* _WHAT TO PRODUCE_
Each line of the data below must be given again exactly as written.

* _EXERCISE DATA_
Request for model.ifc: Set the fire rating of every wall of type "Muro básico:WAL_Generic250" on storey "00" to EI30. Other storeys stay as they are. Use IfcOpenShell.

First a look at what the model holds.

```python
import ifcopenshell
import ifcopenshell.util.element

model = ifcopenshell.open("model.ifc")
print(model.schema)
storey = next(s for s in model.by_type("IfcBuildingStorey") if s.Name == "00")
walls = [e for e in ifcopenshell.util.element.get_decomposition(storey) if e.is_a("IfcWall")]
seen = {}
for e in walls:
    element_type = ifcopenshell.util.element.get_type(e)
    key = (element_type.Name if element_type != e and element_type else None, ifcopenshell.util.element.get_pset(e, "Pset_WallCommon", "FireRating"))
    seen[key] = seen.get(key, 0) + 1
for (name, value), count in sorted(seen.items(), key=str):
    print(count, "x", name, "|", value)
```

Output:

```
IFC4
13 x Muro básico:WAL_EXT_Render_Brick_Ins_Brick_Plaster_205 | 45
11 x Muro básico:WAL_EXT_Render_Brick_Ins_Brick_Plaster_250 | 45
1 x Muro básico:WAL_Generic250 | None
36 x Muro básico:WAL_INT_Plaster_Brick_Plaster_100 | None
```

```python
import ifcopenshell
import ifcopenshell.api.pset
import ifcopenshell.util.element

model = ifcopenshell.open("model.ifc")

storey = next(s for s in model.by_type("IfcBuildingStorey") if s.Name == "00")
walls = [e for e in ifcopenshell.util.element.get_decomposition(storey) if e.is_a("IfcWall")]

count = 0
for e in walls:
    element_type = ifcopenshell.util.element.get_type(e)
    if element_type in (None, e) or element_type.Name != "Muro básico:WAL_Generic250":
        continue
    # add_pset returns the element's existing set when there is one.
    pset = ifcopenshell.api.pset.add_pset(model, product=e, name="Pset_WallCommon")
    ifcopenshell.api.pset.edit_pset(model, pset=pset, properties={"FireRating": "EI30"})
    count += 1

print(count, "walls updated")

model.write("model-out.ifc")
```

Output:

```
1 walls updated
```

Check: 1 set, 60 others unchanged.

* _RESPONSE AREA_
Request for model.ifc: Set the fire rating of every wall of type "Muro básico:WAL_Generic250" on storey "00" to EI30. Other storeys stay as they are. Use IfcOpenShell.

First a look at what the model holds.

```python
import ifcopenshell
import ifcopenshell.util.element

model = ifcopenshell.open("model.ifc")
print(model.schema)
storey = next(s for s in model.by_type("IfcBuildingStorey") if s.Name == "00")
walls = [e for e in ifcopenshell.util.element.get_decomposition(storey) if e.is_a("IfcWall")]
seen = {}
for e in walls:
    element_type = ifcopenshell.util.element.get_type(e)
    key = (element_type.Name if element_type != e and element_type else None, ifcopenshell.util.element.get_pset(e, "Pset_WallCommon", "FireRating"))
    seen[key] = seen.get(key, 0) + 1
for (name, value), count in sorted(seen.items(), key=str):
    print(count, "x", name, "|", value)
```

Output:

```
IFC4
13 x Muro básico:WAL_EXT_Render_Brick_Ins_Brick_Plaster_205 | 45
11 x Muro básico:WAL_EXT_Render_Brick_Ins_Brick_Plaster_250 | 45
1 x Muro básico:WAL_Generic250 | None
36 x Muro básico:WAL_INT_Plaster_Brick_Plaster_100 | None
```

```python
import ifcopenshell
import ifcopenshell.api.pset
import ifcopenshell.util.element

model = ifcopenshell.open("model.ifc")

storey = next(s for s in model.by_type("IfcBuildingStorey") if s.Name == "00")
walls = [e for e in ifcopenshell.util.element.get_decomposition(storey) if e.is_a("IfcWall")]

count = 0
for e in walls:
    element_type = ifcopenshell.util.element.get_type(e)
    if element_type in (None, e) or element_type.Name != "Muro básico:WAL_Generic250":
        continue
    # add_pset returns the element's existing set when there is one.
    pset = ifcopenshell.api.pset.add_pset(model, product=e, name="Pset_WallCommon")
    ifcopenshell.api.pset.edit_pset(model, pset=pset, properties={"FireRating": "EI30"})
    count += 1

print(count, "walls updated")

model.write("model-out.ifc")
```

Output:

```
1 walls updated
```

Check: 1 set, 60 others unchanged.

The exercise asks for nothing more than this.